─── The input ───

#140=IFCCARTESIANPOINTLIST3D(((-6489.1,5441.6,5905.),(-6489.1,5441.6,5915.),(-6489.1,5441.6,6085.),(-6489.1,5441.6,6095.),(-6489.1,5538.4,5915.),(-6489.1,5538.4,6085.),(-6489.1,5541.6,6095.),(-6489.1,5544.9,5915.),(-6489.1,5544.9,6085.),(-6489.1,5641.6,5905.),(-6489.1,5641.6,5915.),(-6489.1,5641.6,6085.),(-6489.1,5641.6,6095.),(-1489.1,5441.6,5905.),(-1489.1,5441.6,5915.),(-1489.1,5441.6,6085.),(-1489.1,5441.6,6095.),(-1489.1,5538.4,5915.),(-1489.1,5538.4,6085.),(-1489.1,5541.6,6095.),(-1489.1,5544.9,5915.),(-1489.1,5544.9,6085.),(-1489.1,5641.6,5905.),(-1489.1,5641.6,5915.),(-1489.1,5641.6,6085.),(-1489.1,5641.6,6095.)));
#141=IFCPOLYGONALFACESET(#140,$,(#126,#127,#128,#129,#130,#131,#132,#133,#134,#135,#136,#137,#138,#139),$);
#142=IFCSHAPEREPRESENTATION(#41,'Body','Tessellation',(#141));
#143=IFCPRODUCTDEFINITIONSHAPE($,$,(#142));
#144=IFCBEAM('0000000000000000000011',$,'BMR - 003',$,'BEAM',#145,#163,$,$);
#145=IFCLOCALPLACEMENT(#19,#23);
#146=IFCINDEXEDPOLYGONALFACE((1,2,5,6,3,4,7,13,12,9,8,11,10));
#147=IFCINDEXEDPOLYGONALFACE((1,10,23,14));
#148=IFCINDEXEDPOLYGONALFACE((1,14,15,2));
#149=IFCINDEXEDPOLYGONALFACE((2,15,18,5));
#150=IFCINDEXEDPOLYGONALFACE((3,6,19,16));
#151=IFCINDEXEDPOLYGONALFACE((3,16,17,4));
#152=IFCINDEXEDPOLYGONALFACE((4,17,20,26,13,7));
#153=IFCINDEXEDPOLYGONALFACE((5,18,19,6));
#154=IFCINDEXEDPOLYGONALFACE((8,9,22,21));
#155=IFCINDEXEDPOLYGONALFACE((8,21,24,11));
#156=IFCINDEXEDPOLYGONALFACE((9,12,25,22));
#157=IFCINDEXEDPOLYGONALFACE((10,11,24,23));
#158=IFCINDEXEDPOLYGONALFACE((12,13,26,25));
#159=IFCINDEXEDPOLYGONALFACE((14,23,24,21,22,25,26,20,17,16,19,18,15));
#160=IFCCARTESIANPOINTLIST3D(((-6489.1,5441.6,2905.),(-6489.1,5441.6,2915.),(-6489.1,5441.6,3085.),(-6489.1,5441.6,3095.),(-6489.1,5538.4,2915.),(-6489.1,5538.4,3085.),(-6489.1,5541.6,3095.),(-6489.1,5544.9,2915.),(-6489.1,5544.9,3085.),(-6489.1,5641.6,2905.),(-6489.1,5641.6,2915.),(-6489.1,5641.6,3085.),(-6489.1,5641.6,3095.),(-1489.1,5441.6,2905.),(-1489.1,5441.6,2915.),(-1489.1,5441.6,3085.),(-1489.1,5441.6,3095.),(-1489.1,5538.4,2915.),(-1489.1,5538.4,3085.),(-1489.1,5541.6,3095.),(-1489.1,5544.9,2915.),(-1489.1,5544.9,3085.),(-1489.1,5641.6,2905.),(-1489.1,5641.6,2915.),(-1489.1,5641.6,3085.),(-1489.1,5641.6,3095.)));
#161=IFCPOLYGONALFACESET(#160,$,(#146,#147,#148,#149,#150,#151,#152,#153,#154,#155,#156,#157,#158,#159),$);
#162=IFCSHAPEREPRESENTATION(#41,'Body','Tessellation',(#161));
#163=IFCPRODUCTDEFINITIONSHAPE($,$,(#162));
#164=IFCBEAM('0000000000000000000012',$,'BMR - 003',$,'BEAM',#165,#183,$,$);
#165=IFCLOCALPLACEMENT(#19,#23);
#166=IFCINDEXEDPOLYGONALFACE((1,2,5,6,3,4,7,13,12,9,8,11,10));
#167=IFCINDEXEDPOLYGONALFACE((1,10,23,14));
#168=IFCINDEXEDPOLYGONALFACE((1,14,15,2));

───
─── The input ───

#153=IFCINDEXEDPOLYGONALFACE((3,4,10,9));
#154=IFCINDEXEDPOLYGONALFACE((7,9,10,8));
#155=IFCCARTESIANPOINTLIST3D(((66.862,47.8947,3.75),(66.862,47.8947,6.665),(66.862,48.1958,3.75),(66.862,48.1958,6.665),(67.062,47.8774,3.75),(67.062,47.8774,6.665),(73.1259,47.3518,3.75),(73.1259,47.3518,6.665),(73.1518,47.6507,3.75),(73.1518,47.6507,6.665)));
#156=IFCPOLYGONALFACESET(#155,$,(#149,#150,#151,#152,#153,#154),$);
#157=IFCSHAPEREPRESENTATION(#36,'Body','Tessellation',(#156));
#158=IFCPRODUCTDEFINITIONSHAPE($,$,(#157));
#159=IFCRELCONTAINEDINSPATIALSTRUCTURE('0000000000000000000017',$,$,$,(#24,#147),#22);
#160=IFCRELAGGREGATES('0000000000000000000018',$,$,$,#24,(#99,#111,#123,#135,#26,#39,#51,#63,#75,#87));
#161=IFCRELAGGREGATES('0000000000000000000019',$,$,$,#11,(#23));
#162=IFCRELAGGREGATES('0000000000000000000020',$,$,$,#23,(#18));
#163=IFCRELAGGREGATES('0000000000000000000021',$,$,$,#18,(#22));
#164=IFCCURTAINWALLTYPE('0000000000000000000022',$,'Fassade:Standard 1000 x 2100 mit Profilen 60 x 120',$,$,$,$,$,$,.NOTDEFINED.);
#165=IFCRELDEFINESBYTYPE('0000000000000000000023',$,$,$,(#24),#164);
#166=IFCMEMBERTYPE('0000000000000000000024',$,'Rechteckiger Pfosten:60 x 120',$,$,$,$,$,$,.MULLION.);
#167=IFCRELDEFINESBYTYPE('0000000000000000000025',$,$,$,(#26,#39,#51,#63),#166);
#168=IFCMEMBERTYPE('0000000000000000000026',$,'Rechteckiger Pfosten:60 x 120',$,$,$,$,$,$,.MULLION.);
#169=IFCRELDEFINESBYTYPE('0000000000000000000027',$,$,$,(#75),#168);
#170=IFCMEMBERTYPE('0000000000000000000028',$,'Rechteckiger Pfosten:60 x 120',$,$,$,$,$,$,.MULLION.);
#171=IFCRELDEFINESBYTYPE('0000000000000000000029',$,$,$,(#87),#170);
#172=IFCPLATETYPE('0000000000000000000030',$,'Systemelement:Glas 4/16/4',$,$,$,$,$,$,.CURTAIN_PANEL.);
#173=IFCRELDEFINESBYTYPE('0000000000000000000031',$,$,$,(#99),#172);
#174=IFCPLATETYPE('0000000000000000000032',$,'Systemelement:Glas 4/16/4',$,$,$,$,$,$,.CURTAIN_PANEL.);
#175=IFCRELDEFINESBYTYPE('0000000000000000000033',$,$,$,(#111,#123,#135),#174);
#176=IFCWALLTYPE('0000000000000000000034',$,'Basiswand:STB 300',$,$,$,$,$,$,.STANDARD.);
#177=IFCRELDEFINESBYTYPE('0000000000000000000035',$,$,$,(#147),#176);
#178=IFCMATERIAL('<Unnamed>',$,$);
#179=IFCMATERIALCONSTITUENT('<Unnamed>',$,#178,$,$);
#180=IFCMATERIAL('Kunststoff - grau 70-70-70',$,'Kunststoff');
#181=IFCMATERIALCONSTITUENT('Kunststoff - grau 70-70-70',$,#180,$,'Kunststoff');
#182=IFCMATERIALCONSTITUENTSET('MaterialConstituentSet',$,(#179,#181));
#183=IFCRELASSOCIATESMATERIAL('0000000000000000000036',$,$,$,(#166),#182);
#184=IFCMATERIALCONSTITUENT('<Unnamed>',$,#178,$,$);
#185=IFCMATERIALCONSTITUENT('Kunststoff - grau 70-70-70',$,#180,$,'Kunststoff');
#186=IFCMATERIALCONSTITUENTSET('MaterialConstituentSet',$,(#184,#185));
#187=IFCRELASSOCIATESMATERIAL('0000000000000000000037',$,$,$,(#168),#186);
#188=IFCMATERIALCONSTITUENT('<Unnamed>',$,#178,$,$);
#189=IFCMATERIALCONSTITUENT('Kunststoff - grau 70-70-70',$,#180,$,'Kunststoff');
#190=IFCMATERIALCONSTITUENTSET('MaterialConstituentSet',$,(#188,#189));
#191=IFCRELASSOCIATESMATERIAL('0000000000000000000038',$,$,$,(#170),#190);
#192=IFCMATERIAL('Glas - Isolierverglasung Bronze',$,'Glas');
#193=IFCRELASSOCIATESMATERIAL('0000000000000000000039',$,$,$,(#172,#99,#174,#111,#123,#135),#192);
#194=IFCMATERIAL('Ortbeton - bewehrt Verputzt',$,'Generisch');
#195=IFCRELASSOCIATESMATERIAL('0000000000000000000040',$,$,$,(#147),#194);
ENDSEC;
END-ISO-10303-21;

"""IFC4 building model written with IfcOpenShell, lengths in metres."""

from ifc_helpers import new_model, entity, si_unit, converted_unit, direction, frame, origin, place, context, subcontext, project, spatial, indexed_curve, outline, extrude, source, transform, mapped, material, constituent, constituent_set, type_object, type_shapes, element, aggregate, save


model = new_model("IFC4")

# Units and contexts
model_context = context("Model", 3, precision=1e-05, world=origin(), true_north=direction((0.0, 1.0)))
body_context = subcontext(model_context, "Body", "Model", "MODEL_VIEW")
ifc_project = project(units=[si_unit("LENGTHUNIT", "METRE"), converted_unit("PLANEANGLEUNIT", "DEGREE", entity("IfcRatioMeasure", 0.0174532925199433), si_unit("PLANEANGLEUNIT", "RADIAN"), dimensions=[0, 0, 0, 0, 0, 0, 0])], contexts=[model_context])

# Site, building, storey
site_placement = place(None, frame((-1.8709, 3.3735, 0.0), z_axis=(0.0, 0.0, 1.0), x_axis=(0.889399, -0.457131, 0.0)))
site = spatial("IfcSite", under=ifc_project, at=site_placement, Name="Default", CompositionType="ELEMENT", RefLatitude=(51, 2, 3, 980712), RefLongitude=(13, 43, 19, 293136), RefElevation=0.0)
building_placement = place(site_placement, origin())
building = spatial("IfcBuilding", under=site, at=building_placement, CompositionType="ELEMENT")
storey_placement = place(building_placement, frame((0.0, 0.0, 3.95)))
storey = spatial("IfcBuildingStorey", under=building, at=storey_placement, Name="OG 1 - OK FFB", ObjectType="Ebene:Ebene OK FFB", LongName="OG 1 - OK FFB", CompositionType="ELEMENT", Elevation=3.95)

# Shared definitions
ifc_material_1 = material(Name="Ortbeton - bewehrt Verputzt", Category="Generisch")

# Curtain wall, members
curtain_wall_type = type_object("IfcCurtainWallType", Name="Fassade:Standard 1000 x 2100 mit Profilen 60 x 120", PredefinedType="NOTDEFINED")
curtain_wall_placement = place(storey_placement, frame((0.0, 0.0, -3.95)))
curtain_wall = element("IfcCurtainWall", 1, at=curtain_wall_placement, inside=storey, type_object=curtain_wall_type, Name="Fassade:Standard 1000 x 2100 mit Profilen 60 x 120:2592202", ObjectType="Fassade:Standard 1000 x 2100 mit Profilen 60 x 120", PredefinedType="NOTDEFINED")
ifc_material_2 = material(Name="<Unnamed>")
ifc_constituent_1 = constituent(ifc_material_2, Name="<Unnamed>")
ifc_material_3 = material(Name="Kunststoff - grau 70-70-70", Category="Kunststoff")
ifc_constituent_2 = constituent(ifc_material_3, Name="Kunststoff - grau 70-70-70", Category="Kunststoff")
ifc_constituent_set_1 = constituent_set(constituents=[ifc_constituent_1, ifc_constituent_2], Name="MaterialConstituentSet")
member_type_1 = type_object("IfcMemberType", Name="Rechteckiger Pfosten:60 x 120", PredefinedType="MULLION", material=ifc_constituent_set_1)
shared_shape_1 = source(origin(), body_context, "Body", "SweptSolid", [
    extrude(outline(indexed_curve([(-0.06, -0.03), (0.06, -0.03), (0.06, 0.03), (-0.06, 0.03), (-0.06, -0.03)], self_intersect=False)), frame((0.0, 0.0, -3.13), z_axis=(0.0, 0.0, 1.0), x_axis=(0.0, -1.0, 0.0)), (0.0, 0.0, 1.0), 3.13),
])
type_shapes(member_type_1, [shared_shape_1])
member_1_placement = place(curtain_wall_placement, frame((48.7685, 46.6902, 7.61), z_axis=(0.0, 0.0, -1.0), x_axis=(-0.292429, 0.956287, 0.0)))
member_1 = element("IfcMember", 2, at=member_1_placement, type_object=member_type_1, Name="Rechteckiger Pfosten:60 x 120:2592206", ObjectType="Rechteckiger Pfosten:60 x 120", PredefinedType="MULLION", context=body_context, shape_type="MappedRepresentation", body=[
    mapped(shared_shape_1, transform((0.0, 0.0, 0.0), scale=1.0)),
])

───

§ **What is expected**:
In the material above, show every line where the word "grau" turns up.

§ **Answer for this exercise**:
#180=IFCMATERIAL('Kunststoff - grau 70-70-70',$,'Kunststoff');
#181=IFCMATERIALCONSTITUENT('Kunststoff - grau 70-70-70',$,#180,$,'Kunststoff');
#185=IFCMATERIALCONSTITUENT('Kunststoff - grau 70-70-70',$,#180,$,'Kunststoff');
#189=IFCMATERIALCONSTITUENT('Kunststoff - grau 70-70-70',$,#180,$,'Kunststoff');
ifc_material_3 = material(Name="Kunststoff - grau 70-70-70", Category="Kunststoff")
ifc_constituent_2 = constituent(ifc_material_3, Name="Kunststoff - grau 70-70-70", Category="Kunststoff")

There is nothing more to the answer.